#pattern #networking #traffic #routing #simulator #value

caminos-lib

A modular interconnection network simulator

17 releases

0.6.3 Dec 1, 2023
0.6.2 Oct 13, 2023
0.6.1 Jul 13, 2023
0.5.4 Feb 24, 2023
0.1.0 Nov 24, 2020

#1071 in Network programming


Used in caminos

MIT/Apache

1MB
25K SLoC

caminos-lib

This crate provides the CAMINOS simulator as a library. This is the Cantabrian Adaptable and Modular Interconnection Open Simulator.

Usage

This crate is caminos-lib. To use it add caminos-lib to your dependencies in your project's Cargo.toml.

[dependencies]
caminos-lib = "0.6"

Alternatively, consider whether the binary crate caminos fits your intended use.

Breaking changes

[0.6.0] to ...

  • All cycles are now represented by a Time alias of u64; instead of usize.
  • Removed methods pending_events, add_pending_event, and clear_pending_events from the Eventful trait in favor of the schedule method.
  • Router methods insert and acknowledge now return Vec<EventGeneration> and are responsible for their scheduling.
  • Renamed in Traffic nomenclature servers into tasks. This includes ServerTrafficState renamed into TaskTrafficState, and server_state into task_state. Old configuration names are still supported.
  • Added method number_tasksrequired for trait Traffic.

[0.5.0] to [0.6.0]

  • Removed unnecessary generic parameter TM from routers Basic and InputOutput. They now may select TransmissionMechanisms to employ.
  • Renamed TransmissionFromServer into TransmissionFromOblivious.
  • Some changes in the Dragonfly struct, to allow for more global arrangements.
  • Event::process now receives SimulationShared and SimulationMut for better encapsulation.
  • Replaced every &RefCell<StdRng> by &mut StdRng everywhere.

[0.4.0] to [0.5.0]

  • Added the function server_state to the Traffic trait.
  • Functions on the output module now use ExperimentFiles instead of Path.
  • Added a server argument to Traffic::try_consume.
  • Added phit to RequestInfo.
  • Upgrade from rand-0.4 to rand-0.8.
  • Using &dyn Topology instead of &Box<dyn Topology> in all interfaces.
  • Topology::coordinated_routing_record now receives slices.
  • CartesianData::new now receives an slice.
  • SpaceAtReceptor and Stage now uses the Error type in its Result types.
  • config::{evaluate,reevaluate} now returns a Result.

[0.3.0] to [0.4.0]

  • Added path argument to config::{evaluate,reevaluate}.
  • File create_output and similar now receive in its results argument also the experiment indices.
  • routings now return RoutingNextCandidates. In addition to the vector of candidates it contains an idempotent field to allow some checks and optimizations.
  • Added requirement VirtualChannelPolicy: Debug.
  • The file_main function now receives a free_args parameter. Free arguments of the form path=value are used to override the configuration.

[0.2.0] to [0.3.0]

  • Added parameter cycle to Traffic::should_generate.

[0.1.0] to [0.2.0]

  • Added methods to Routing and Router traits to gather statistics.
  • Added method Routing::performed_request to allow routings to make decisions when the router makes a request to a candidate.
  • Added ConfigurationValue::NamedExperiments(String,Vec<ConfigurationValue>).
  • Removed surrounding quotes from the config LitStr and Literal.
  • Now neighbour_router_iter must always be used instead of 0..degree() to check ports to other routers.
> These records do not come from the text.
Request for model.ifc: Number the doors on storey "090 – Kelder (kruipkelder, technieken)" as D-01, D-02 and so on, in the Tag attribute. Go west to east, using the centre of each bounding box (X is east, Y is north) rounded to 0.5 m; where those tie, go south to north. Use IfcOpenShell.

First a look at what the model holds.

```python
import ifcopenshell
import ifcopenshell.util.element
import ifcopenshell.util.placement

model = ifcopenshell.open("model.ifc")
print(model.schema)
storey = next(s for s in model.by_type("IfcBuildingStorey") if s.Name == "090 – Kelder (kruipkelder, technieken)")
doors = [e for e in ifcopenshell.util.element.get_decomposition(storey) if e.is_a("IfcDoor")]
for e in sorted(doors, key=lambda e: e.id()):
    origin = ifcopenshell.util.placement.get_local_placement(e.ObjectPlacement)[:3, 3]
    print(e.id(), e.Tag, e.Name, origin.round(2) + 0.0, sep=" | ")
```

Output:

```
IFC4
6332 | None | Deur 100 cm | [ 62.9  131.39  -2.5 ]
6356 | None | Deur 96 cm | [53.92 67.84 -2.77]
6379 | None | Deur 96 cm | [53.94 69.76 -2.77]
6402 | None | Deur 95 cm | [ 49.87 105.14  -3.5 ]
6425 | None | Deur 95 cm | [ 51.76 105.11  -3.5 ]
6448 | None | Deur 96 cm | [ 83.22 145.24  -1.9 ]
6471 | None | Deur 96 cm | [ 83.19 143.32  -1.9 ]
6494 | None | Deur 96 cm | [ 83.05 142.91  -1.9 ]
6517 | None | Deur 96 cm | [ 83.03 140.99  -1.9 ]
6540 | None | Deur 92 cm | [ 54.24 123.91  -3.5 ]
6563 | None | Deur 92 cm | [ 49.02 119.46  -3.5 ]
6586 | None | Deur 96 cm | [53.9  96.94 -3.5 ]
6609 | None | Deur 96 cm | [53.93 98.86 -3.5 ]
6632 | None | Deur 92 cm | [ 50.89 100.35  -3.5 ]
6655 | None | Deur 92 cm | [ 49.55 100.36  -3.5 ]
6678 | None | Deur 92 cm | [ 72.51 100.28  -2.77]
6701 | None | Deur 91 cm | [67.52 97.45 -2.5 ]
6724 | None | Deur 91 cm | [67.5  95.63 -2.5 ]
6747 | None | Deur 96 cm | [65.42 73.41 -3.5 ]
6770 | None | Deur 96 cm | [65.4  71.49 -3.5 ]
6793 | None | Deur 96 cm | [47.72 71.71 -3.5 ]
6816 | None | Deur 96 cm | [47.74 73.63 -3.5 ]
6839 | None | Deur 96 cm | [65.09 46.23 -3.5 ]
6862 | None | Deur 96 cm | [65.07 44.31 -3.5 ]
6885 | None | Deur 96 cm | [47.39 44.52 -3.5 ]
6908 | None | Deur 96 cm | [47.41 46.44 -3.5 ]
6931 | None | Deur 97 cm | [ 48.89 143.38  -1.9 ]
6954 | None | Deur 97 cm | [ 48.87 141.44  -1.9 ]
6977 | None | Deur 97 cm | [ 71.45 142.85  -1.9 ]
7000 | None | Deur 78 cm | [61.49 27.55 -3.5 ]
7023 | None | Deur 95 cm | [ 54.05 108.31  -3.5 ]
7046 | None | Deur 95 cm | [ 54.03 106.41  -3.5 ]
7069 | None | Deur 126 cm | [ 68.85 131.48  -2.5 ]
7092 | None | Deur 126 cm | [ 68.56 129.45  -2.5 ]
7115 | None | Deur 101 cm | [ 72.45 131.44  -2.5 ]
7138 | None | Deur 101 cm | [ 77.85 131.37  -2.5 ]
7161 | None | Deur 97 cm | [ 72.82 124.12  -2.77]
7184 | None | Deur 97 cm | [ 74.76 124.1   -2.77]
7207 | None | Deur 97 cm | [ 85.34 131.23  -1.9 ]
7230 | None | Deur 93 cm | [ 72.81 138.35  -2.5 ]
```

```python
import ifcopenshell
import ifcopenshell.geom
import ifcopenshell.util.element
import ifcopenshell.util.shape

model = ifcopenshell.open("model.ifc")
settings = ifcopenshell.geom.settings()
settings.set("use-world-coords", True)


def centre(element):
    shape = ifcopenshell.geom.create_shape(settings, element)
    return ifcopenshell.util.shape.get_bbox_centroid(shape.geometry)


storey = next(s for s in model.by_type("IfcBuildingStorey") if s.Name == "090 – Kelder (kruipkelder, technieken)")
doors = [e for e in ifcopenshell.util.element.get_decomposition(storey) if e.is_a("IfcDoor")]

# Insertion points can sit at a corner or the storey origin, so sort by the geometry (in metres).
centres = {e: centre(e) for e in doors}
doors.sort(key=lambda e: (round(centres[e][0] / 0.5), centres[e][1]))

for i, e in enumerate(doors, start=1):
    number = f"D-{i:02d}"
    e.Tag = number
    print(e.id(), number)

model.write("model_edited.ifc")
```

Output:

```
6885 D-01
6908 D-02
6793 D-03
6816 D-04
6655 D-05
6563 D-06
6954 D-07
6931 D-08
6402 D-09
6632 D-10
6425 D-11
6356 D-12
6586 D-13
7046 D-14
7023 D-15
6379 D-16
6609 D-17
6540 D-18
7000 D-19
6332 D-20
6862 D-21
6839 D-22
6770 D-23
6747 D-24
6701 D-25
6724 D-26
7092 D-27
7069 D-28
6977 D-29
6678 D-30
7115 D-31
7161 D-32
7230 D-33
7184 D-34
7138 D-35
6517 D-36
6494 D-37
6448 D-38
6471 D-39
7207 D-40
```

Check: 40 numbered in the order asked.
Note that degree does not give valid ranges when having non-connected ports, as in the case of some irregular topologies as the mesh.
  • Plugs now include a stages attribute.
  • Removed from the Topology interfaz the never used methods num_arcs, average_distance, distance_distribution.

Public Interface

caminos-lib provides the functions directory_main and file_main, intended to use the file version when the final binary calls with a configuration file argument and the directory version when it is called with a directory argument.

The directory_main function receives a &Path assumed to contain a main.cfg, main.od, optionally remote, plus any generated files and subdirectories.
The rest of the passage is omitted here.